Records for the task:
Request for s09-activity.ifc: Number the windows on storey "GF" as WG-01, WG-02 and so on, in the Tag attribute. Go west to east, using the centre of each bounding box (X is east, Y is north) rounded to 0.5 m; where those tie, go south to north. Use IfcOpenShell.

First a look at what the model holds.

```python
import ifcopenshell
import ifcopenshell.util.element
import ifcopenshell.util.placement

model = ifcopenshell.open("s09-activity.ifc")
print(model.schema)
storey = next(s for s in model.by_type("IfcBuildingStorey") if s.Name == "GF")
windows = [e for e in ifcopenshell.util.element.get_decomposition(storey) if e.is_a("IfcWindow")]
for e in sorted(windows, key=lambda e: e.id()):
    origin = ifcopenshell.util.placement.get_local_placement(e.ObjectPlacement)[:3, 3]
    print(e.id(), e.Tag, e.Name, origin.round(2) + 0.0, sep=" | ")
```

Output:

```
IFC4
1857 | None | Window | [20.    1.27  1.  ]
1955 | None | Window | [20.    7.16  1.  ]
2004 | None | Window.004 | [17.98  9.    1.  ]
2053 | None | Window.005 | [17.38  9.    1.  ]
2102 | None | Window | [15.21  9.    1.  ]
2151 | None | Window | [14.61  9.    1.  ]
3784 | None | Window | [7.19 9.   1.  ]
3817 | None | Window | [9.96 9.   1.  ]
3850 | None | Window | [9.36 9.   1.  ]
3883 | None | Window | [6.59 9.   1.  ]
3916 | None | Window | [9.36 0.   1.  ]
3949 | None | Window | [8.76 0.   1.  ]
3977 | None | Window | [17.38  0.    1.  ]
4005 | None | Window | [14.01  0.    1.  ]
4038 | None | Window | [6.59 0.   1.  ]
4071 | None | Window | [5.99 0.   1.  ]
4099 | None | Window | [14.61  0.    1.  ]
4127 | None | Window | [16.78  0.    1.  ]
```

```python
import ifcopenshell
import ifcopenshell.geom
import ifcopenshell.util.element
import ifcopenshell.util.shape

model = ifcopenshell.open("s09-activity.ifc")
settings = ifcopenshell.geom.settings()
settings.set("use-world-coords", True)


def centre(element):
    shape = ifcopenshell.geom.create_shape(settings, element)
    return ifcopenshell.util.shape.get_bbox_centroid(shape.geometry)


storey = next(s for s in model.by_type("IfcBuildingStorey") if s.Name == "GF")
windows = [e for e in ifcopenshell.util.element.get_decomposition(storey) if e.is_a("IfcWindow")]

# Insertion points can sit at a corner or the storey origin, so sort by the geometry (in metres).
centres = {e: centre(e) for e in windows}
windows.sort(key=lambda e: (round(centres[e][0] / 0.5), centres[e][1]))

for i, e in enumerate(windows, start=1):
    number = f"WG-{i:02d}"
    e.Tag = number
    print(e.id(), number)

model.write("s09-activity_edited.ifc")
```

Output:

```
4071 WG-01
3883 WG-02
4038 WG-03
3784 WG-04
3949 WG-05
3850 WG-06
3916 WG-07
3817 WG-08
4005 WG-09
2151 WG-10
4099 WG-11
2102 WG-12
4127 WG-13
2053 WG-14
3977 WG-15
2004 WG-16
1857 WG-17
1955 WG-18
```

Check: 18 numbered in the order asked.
--
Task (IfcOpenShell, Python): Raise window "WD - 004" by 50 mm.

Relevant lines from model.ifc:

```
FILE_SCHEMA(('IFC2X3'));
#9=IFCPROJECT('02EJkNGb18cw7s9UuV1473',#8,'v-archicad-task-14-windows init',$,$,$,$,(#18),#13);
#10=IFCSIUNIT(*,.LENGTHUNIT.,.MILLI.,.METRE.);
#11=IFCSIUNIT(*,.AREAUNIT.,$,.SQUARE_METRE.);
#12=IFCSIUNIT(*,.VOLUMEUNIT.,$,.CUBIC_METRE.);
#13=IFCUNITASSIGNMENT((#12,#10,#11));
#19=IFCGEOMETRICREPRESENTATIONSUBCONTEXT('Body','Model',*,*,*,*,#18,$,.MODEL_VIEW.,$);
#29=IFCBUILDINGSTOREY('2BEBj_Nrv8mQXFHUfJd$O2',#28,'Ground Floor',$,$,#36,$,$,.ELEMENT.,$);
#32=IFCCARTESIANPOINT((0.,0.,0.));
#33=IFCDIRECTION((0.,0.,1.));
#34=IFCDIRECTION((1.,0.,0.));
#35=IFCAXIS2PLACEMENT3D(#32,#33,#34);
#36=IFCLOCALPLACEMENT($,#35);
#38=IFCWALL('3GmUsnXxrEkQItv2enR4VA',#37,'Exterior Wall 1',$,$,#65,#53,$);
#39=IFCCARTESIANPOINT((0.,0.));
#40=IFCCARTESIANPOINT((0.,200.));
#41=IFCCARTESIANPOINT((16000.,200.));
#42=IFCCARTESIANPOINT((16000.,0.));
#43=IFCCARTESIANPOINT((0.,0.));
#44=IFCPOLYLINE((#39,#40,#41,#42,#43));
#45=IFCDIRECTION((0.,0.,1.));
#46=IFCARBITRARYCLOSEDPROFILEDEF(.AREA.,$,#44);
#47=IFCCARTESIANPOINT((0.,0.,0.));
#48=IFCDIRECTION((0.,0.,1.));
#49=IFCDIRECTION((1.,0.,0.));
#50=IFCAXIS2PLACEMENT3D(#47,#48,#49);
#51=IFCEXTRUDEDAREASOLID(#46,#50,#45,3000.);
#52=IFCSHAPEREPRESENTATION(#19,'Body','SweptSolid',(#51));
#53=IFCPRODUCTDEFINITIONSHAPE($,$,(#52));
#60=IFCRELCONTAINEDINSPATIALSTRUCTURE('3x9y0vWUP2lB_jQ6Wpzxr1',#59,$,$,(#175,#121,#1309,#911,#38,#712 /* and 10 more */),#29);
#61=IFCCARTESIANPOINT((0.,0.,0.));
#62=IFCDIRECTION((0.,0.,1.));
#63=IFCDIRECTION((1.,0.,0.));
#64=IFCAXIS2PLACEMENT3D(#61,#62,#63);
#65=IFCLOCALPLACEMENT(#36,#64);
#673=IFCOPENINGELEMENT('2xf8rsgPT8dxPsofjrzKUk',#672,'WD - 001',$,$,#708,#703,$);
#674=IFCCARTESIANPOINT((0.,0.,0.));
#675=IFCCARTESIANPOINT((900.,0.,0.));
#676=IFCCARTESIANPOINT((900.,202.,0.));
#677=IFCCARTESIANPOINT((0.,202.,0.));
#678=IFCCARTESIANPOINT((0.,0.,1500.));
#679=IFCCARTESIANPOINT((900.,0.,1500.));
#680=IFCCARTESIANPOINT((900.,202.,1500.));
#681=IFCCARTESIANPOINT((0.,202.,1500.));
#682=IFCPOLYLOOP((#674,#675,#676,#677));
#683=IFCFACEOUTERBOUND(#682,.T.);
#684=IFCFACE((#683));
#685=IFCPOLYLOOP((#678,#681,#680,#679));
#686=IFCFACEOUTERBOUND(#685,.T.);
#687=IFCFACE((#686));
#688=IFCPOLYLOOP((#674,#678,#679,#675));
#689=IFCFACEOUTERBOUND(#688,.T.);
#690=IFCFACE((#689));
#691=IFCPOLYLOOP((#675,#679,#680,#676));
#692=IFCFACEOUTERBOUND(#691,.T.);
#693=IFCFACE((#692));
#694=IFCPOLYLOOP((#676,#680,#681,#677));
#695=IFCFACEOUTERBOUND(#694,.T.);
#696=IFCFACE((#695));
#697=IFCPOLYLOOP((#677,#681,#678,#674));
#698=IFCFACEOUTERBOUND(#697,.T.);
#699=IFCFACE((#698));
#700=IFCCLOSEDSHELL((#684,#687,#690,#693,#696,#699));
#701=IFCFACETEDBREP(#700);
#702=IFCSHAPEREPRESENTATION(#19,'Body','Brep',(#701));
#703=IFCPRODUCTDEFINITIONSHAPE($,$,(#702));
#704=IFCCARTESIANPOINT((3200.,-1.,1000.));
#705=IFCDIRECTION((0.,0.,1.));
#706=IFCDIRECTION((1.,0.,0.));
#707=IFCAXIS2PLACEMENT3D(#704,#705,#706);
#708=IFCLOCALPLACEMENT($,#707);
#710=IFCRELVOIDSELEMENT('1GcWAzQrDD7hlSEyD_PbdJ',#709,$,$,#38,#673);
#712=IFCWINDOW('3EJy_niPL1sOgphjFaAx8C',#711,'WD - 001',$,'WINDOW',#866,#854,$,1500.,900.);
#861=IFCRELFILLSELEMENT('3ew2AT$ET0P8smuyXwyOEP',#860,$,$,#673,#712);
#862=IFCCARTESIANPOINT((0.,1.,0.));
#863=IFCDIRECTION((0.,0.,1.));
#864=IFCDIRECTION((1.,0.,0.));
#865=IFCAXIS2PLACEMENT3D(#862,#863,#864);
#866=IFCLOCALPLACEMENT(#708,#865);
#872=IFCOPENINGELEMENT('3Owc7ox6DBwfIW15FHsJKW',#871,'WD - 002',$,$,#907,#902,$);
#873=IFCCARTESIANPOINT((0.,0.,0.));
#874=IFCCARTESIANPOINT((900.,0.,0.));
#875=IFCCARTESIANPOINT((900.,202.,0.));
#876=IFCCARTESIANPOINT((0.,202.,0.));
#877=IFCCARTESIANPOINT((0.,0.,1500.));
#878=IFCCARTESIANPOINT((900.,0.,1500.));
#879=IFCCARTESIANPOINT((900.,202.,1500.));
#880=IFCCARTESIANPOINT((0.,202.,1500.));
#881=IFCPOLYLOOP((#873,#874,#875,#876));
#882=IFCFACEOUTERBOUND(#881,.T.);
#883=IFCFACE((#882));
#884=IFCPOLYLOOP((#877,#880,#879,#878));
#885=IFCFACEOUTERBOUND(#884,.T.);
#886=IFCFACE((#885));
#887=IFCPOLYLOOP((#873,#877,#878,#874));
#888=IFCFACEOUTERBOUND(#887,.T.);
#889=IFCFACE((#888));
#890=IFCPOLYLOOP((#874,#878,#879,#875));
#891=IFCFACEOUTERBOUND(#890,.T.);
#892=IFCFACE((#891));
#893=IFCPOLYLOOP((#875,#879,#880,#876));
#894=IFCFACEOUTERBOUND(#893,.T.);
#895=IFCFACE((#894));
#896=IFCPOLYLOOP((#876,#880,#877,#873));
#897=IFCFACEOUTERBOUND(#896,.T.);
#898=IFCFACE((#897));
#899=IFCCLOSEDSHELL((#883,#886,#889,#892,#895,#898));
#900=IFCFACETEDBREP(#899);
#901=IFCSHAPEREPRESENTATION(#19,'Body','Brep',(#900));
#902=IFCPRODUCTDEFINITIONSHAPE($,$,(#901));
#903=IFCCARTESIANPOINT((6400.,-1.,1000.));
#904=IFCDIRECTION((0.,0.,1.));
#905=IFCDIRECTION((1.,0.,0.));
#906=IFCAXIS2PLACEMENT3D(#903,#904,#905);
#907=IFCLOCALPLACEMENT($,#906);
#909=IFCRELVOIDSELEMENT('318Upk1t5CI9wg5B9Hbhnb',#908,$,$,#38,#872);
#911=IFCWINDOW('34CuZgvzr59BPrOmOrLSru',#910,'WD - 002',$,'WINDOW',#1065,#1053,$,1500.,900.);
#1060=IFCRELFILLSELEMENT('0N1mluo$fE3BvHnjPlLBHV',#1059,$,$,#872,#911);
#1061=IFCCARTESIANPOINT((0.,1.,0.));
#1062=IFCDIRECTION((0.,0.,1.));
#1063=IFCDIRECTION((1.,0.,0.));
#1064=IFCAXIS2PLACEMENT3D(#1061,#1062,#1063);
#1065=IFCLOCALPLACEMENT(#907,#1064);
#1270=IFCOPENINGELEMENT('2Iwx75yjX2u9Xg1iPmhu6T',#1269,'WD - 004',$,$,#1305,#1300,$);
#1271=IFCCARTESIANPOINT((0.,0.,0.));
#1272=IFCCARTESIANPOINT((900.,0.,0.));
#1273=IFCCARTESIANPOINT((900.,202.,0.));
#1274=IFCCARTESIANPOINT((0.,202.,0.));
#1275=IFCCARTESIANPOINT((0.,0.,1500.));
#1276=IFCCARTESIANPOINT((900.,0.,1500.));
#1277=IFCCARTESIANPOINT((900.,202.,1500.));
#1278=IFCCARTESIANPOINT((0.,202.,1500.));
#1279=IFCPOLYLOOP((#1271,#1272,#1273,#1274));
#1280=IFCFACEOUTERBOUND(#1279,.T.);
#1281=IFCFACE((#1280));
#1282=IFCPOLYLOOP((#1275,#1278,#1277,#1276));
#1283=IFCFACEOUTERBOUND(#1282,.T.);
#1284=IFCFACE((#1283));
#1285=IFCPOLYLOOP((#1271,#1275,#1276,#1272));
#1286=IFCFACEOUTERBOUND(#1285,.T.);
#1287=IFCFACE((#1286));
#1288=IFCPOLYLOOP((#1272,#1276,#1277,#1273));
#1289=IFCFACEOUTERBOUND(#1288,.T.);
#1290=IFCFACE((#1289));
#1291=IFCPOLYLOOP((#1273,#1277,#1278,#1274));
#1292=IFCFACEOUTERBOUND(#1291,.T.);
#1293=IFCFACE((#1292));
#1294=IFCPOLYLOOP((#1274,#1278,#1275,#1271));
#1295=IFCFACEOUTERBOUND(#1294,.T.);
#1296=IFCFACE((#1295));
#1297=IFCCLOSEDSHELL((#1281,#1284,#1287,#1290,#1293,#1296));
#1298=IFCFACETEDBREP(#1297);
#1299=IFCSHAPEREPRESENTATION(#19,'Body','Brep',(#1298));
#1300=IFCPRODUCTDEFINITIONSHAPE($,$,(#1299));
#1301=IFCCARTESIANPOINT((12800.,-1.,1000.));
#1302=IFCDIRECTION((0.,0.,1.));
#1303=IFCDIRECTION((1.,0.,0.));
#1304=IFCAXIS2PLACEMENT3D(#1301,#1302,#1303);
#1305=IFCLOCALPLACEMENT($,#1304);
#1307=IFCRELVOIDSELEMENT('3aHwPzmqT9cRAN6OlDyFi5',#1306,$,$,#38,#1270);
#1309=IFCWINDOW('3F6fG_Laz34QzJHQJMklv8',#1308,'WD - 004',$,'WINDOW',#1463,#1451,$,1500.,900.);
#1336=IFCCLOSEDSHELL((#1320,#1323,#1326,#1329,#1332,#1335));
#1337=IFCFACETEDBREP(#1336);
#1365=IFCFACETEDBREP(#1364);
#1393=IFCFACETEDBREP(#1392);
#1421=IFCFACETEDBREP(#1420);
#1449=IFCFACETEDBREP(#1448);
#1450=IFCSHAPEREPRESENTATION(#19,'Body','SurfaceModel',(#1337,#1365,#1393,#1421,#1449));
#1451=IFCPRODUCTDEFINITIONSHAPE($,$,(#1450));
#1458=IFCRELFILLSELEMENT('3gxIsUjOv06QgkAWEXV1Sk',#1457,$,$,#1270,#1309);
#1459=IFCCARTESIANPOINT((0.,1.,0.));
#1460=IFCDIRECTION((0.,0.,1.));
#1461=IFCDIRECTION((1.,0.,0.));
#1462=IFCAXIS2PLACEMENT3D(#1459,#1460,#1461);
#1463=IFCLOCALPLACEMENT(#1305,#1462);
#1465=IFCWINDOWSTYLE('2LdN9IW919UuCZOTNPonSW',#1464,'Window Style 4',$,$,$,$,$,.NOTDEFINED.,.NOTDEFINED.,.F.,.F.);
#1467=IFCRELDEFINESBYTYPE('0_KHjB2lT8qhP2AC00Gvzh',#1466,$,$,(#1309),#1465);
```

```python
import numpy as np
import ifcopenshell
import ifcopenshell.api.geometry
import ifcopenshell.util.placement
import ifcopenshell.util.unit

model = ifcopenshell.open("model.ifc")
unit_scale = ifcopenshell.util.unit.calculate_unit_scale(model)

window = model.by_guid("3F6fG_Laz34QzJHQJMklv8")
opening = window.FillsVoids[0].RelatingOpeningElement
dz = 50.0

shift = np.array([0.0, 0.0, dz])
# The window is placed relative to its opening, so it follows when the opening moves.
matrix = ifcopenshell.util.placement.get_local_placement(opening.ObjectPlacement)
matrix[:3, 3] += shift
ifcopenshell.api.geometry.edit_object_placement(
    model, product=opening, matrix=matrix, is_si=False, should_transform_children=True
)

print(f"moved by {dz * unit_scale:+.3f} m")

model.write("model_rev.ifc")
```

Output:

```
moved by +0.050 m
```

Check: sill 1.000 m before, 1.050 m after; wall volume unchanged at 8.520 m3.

Task to carry out: Determine the number of lines in the data that contain "IFCRELFILLSELEMENT" as a word or string, and state only that number.

Your response: 3